Improvements to video record limits with the firmware update and now it looks as if the November update will also add improvements towards that feature. I feel like I bought the R5 at a very reasonable price for what it is shaping up to be even before it rolls out fully to the public.


----------



## HikeBike (Oct 28, 2020)

Haha...loved the closing statement.


----------



## BobbyMillette (Oct 29, 2020)

I bought the R6 + Ninja V thinking that I could get around the overheating like some people did with the R5 but I still encounter overheating at the same rate.


----------



## twoheadedboy (Oct 29, 2020)

BobbyMillette said:


> I bought the R6 + Ninja V thinking that I could get around the overheating like some people did with the R5 but I still encounter overheating at the same rate.



You need to watch this video:


----------



## BobbyMillette (Oct 29, 2020)

twoheadedboy said:


> You need to watch this video:


Yeah I watched this before I bought mine. I shoot real estate videos for a living and I've had my R6 overheat at every single shoot multiple times sometimes after 15 minutes while recording externally. I am in florida though so I'm sure the warm weather doesn't help.


----------



## EOS 4 Life (Oct 29, 2020)

Wake me when they fix EOSHD from getting heated.


----------



## fox40phil (Oct 29, 2020)

BobbyMillette said:


> Yeah I watched this before I bought mine. I shoot real estate videos for a living and I've had my R6 overheat at every single shoot multiple times sometimes after 15 minutes while recording externally. I am in florida though so I'm sure the warm weather doesn't help.

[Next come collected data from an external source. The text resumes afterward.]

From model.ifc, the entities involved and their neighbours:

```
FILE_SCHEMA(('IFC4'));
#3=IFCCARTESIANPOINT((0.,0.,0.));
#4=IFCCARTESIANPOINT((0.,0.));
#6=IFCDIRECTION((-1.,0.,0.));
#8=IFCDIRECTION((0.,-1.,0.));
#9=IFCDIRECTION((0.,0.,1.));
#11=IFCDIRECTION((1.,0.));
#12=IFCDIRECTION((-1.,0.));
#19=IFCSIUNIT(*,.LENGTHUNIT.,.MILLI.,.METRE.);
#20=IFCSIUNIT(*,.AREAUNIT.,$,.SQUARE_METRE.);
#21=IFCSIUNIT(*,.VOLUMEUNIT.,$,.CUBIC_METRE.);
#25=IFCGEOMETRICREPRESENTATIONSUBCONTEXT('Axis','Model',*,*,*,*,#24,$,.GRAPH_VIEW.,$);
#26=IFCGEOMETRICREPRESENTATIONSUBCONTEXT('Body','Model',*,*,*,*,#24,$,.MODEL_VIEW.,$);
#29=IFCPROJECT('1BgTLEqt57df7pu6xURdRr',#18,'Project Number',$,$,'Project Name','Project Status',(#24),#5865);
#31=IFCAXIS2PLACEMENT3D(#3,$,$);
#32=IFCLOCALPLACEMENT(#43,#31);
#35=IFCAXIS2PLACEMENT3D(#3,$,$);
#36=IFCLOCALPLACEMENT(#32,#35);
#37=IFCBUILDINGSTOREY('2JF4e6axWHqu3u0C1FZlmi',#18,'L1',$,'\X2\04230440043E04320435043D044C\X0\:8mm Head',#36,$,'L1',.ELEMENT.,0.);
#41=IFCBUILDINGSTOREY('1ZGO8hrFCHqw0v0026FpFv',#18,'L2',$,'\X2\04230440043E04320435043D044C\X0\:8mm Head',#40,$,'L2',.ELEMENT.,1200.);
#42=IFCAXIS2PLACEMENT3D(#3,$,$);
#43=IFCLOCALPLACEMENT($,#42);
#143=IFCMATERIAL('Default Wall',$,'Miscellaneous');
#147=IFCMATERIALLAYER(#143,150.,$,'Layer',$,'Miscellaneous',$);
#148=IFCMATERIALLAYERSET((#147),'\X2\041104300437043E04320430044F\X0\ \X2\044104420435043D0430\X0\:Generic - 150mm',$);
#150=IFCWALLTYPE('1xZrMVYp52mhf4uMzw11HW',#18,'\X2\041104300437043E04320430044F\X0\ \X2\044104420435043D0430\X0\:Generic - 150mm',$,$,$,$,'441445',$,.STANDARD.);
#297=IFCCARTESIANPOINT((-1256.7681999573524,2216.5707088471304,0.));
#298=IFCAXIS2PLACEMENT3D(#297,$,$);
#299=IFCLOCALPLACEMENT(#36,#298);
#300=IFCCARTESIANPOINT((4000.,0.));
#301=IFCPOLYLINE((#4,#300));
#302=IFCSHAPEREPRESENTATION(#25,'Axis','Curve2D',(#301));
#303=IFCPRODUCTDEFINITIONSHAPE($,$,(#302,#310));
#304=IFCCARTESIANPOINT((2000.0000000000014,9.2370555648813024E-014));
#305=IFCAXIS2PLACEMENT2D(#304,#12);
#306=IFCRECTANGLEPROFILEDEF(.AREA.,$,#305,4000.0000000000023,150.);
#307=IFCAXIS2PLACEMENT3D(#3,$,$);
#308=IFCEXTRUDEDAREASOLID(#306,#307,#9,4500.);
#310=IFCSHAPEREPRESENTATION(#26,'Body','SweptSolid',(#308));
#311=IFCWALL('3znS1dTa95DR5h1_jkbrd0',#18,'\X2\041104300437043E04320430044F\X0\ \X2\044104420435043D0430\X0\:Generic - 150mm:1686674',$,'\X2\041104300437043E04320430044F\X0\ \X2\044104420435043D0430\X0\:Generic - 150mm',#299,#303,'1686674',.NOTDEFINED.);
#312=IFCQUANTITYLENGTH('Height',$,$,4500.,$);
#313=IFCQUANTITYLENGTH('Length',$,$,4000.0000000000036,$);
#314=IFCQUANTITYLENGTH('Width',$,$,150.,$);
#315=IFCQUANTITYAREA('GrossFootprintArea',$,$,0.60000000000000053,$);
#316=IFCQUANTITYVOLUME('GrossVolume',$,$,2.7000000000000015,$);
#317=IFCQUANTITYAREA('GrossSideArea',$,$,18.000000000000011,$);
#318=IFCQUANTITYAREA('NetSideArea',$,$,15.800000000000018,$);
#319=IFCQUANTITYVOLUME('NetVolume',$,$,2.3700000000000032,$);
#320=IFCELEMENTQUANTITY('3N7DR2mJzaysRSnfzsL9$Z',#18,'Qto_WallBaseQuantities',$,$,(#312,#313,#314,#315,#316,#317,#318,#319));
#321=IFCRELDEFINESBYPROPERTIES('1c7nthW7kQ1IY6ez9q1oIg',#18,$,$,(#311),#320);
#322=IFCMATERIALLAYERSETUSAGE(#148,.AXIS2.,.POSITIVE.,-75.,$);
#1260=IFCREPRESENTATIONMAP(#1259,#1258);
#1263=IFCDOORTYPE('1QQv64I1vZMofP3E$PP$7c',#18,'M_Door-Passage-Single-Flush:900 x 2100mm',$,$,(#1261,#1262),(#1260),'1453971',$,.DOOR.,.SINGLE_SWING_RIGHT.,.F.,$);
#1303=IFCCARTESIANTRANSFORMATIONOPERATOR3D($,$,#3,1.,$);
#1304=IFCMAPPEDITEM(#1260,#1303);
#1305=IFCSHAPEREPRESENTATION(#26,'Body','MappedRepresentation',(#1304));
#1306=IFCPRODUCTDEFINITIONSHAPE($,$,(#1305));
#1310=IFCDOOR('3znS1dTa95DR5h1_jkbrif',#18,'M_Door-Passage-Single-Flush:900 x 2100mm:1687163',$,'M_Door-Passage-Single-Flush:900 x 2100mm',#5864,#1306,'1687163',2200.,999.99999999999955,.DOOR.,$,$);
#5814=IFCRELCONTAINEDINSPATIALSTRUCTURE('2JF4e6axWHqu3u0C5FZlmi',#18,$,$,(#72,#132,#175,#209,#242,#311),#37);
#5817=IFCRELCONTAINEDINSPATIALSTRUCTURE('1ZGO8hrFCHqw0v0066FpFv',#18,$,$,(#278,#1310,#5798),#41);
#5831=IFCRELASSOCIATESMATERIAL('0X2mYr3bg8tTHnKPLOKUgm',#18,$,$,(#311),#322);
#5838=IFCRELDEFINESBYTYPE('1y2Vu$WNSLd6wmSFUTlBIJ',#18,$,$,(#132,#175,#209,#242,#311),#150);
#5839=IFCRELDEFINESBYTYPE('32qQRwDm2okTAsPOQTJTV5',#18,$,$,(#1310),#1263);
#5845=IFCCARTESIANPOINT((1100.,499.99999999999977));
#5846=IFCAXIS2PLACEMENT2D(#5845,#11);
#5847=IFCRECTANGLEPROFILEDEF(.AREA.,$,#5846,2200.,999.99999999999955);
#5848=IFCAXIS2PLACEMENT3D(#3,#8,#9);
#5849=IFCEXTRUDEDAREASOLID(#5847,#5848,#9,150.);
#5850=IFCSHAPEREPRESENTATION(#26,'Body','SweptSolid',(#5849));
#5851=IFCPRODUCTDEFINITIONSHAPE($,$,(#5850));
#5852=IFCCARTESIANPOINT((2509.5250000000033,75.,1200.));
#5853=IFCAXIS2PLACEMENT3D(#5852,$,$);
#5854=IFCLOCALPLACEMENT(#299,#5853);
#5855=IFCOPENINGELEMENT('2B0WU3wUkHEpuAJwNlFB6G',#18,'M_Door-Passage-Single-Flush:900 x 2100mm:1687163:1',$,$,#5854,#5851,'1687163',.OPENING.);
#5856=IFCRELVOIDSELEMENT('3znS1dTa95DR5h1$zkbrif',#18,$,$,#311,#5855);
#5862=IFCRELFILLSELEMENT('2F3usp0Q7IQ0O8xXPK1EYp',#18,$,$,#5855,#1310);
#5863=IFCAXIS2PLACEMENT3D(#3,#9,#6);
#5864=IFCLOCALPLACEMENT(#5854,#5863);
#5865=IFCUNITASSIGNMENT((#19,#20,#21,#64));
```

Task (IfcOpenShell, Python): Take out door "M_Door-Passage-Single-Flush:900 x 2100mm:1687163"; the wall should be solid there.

```python
import ifcopenshell
import ifcopenshell.api.feature
import ifcopenshell.api.pset
import ifcopenshell.api.root
import ifcopenshell.geom
import ifcopenshell.util.element
import ifcopenshell.util.shape
import ifcopenshell.util.unit

model = ifcopenshell.open("model.ifc")
area_scale = ifcopenshell.util.unit.calculate_unit_scale(model, "AREAUNIT")
volume_scale = ifcopenshell.util.unit.calculate_unit_scale(model, "VOLUMEUNIT")
settings = ifcopenshell.geom.settings()


def volume(element):
    """Net volume in cubic metres, openings subtracted."""
    shape = ifcopenshell.geom.create_shape(settings, element)
    return ifcopenshell.util.shape.get_volume(shape.geometry)


door = model.by_id(1310)
opening = door.FillsVoids[0].RelatingOpeningElement
wall = opening.VoidsElements[0].RelatingBuildingElement
before = volume(wall)

ifcopenshell.api.root.remove_product(model, product=door)
ifcopenshell.api.feature.remove_feature(model, feature=opening)

after = volume(wall)
thickness = 0.15  # wall thickness in metres

# Update the wall's stored quantities.
qto = model.by_id(ifcopenshell.util.element.get_pset(wall, "Qto_WallBaseQuantities", should_inherit=False)["id"])
ifcopenshell.api.pset.edit_qto(model, qto=qto, properties={
    "NetSideArea": after / thickness / area_scale,
    "NetVolume": after / volume_scale,
})

print(f"wall volume {before:.3f} -> {after:.3f} m3")

model.write("model_edited.ifc")
```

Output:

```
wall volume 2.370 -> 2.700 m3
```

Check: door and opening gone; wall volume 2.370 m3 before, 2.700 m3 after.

oh my... thats really horrible! what a shame  ... do you record in 4k60?


----------



## EOS 4 Life (Oct 29, 2020)

BobbyMillette said:


> Yeah I watched this before I bought mine. I shoot real estate videos for a living and I've had my R6 overheat at every single shoot multiple times sometimes after 15 minutes while recording externally. I am in florida though so I'm sure the warm weather doesn't help.


Once you set overheat control off in order to get clean HDMI output the overheating countdown will start even when you are not recording.


----------



## bbasiaga (Oct 29, 2020)

I rented one of these last weekend, and the one thing I didn't think to do was try and make it overheat. I only took about 2 total minutes of video though. 

-Brian


----------



## BobbyMillette (Oct 29, 2020)

fox40phil said:


> oh my... thats really horrible! what a shame  ... do you record in 4k60?


Yes


----------



## BobbyMillette (Oct 29, 2020)

EOS 4 Life said:


> Once you set overheat control off in order to get clean HDMI output the overheating countdown will start even when you are not recording.

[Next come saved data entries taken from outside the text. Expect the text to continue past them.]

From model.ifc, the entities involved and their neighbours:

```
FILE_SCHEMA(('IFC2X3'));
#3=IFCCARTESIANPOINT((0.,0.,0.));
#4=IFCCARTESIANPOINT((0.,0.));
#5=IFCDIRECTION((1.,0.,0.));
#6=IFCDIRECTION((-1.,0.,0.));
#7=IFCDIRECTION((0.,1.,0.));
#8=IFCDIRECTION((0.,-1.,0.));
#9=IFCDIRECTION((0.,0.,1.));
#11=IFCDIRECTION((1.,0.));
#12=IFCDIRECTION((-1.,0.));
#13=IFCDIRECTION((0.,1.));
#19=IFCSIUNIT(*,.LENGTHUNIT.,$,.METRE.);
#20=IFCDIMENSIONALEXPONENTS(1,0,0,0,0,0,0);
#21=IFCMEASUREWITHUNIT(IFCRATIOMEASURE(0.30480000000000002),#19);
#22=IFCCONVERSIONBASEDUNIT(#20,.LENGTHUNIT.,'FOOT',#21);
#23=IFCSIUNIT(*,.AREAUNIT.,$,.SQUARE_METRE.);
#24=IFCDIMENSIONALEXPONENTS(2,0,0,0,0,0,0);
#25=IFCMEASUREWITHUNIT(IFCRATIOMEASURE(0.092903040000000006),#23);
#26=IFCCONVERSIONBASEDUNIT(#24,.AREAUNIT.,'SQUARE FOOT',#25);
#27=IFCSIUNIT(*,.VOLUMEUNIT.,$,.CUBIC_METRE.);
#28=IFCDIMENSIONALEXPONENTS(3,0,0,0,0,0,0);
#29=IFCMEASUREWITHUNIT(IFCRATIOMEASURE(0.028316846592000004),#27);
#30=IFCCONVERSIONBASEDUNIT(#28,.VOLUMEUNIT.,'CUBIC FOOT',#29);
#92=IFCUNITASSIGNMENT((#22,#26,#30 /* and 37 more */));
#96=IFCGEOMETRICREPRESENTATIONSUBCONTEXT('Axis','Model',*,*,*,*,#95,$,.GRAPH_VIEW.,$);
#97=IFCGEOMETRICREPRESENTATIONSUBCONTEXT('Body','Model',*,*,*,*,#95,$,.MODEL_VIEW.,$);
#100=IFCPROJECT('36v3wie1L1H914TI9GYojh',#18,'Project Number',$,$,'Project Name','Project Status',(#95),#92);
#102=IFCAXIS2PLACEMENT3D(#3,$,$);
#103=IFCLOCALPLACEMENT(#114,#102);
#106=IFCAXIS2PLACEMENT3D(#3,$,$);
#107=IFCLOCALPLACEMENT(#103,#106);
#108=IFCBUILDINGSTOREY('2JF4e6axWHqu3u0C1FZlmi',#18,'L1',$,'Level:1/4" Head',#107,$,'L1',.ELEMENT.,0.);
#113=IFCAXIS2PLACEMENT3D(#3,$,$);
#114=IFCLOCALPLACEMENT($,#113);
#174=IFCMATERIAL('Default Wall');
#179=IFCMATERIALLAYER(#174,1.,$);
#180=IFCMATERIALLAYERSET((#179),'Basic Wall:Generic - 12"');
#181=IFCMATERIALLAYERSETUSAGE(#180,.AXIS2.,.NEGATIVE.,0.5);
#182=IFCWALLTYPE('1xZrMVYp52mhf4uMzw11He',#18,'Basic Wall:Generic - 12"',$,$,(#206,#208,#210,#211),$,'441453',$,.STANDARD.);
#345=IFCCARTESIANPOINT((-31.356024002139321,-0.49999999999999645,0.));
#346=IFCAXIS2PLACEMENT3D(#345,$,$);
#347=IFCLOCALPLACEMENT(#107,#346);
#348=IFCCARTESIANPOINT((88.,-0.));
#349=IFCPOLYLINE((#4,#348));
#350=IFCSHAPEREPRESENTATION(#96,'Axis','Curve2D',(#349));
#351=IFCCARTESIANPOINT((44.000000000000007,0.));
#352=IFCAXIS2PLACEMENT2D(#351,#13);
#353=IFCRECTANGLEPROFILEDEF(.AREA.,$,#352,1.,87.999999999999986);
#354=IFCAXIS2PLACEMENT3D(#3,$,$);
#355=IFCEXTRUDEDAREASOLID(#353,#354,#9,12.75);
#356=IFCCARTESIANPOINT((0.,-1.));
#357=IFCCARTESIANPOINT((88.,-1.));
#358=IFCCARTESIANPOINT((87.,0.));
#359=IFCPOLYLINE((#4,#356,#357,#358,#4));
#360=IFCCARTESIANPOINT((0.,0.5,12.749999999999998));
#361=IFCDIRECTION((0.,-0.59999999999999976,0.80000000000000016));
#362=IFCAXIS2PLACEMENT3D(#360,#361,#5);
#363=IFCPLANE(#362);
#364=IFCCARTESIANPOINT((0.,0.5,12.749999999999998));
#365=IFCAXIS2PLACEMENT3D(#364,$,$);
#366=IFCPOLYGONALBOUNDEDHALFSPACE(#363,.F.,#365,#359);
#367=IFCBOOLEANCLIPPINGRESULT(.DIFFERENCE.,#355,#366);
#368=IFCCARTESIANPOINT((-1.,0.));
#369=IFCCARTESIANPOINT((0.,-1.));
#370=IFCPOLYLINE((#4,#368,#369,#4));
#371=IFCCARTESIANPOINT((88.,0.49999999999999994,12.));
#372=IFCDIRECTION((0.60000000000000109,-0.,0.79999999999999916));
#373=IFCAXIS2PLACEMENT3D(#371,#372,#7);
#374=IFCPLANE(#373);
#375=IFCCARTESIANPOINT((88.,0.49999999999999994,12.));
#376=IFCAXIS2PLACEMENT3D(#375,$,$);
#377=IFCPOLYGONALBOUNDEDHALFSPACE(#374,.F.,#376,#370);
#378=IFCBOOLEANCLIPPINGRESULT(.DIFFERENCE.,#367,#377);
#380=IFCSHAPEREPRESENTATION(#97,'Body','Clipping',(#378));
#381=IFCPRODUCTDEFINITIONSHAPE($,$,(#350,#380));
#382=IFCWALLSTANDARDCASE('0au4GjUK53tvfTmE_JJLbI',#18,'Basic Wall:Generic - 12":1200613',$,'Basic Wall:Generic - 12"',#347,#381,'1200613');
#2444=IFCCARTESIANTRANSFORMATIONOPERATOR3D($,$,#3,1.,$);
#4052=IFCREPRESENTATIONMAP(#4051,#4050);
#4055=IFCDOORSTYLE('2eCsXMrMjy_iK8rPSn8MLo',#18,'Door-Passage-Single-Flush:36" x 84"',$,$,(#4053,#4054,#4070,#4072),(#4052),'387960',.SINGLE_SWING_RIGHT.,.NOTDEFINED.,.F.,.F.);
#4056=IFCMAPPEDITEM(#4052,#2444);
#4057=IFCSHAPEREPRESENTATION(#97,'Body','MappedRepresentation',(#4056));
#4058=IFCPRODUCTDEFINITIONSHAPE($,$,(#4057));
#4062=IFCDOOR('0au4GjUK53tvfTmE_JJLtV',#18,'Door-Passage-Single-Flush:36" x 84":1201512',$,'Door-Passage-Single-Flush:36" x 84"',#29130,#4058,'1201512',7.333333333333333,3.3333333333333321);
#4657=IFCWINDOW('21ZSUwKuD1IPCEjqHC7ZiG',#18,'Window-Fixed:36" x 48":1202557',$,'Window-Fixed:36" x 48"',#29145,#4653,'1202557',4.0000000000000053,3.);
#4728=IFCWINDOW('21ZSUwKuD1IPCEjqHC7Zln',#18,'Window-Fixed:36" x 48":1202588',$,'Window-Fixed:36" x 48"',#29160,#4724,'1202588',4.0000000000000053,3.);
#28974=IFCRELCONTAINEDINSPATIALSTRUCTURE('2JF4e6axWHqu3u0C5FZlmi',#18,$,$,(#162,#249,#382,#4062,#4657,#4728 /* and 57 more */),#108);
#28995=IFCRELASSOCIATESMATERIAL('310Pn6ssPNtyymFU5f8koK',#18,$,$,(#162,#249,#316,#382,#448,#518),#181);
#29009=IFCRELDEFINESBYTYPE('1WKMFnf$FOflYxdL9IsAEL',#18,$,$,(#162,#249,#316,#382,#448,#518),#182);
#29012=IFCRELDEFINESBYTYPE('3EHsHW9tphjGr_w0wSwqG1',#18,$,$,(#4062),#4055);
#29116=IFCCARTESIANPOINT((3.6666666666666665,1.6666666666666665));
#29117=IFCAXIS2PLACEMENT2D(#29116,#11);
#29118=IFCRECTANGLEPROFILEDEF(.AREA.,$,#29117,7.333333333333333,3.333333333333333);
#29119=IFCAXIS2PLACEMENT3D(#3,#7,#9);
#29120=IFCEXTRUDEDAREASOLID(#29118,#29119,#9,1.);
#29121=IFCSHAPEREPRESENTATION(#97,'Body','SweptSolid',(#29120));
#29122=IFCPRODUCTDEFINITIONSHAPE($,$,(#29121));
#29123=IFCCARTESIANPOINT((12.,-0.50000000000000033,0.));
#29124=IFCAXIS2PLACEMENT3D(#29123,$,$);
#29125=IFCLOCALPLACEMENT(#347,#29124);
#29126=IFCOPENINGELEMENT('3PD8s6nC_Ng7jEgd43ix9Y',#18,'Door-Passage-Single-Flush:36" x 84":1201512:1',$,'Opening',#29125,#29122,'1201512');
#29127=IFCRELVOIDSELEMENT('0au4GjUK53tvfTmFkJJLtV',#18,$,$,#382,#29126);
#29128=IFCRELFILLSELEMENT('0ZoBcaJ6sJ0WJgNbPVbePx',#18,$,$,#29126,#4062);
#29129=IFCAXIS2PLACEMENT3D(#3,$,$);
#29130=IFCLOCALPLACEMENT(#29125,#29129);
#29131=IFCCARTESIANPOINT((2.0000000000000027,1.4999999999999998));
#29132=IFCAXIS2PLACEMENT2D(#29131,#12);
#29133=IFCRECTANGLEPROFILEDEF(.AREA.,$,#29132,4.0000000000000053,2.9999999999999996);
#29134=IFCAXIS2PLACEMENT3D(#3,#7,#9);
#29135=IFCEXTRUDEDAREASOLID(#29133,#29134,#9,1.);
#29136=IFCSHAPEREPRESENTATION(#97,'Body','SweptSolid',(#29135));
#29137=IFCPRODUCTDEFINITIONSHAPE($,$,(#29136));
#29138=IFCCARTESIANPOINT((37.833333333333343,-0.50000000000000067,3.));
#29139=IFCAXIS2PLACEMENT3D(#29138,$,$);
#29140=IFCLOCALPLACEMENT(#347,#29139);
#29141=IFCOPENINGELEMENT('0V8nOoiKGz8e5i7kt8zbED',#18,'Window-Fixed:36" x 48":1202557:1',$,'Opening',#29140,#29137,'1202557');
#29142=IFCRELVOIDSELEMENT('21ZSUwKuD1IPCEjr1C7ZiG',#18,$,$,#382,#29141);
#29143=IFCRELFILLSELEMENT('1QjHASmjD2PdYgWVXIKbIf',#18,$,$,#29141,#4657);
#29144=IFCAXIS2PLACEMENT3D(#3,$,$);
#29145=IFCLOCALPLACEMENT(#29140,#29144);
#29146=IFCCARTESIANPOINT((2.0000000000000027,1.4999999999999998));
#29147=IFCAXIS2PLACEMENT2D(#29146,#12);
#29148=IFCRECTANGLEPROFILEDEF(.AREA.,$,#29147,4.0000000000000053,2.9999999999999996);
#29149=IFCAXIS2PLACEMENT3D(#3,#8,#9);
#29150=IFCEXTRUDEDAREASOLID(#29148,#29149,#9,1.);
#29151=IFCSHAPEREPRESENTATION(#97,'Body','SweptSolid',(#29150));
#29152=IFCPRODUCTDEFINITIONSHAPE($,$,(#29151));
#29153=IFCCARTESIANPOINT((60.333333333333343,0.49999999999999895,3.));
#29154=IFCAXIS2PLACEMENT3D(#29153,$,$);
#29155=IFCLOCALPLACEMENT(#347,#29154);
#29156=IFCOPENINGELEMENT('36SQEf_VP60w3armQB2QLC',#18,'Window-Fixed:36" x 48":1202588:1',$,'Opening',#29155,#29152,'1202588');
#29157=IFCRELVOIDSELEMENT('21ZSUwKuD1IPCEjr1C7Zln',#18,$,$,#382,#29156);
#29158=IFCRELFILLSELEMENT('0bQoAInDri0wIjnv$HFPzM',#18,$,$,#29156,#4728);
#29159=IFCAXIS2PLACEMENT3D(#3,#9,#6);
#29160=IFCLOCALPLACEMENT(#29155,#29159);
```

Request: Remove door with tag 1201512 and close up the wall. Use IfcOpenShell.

```python
import ifcopenshell
import ifcopenshell.api.feature
import ifcopenshell.api.root
import ifcopenshell.geom
import ifcopenshell.util.shape

model = ifcopenshell.open("model.ifc")
settings = ifcopenshell.geom.settings()


def volume(element):
    """Net volume in cubic metres, openings subtracted."""
    shape = ifcopenshell.geom.create_shape(settings, element)
    return ifcopenshell.util.shape.get_volume(shape.geometry)


door = model.by_guid("0au4GjUK53tvfTmE_JJLtV")
opening = door.FillsVoids[0].RelatingOpeningElement
wall = opening.VoidsElements[0].RelatingBuildingElement
before = volume(wall)

ifcopenshell.api.root.remove_product(model, product=door)
ifcopenshell.api.feature.remove_feature(model, feature=opening)

after = volume(wall)

print(f"wall volume {before:.3f} -> {after:.3f} m3")

model.write("model_v2.ifc")
```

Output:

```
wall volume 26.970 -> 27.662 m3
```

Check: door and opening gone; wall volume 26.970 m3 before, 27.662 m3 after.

Can't you get a clean HDMI output with overheat control on using the new firmware?


----------



## peters (Oct 30, 2020)

Did I understand this right, its not possible to record in any 4k mode with the R6 without running into an overheat?


----------



## EOS 4 Life (Nov 1, 2020)

peters said:


> Did I understand this right, its not possible to record in any 4k mode with the R6 without running into an overheat?


Not unless you use an external recorder or record for less than an hour at a time.


----------



## peters (Nov 2, 2020)

EOS 4 Life said:


> Not unless you use an external recorder or record for less than an hour at a time.


I must say I can work around the limitations of the R5. But not beeing able to record 4k reliable for over an hour AT ALL is pretty disturbing. 
I guess this emphasizes even more the photography party of the camera than the 6D was at its time.


----------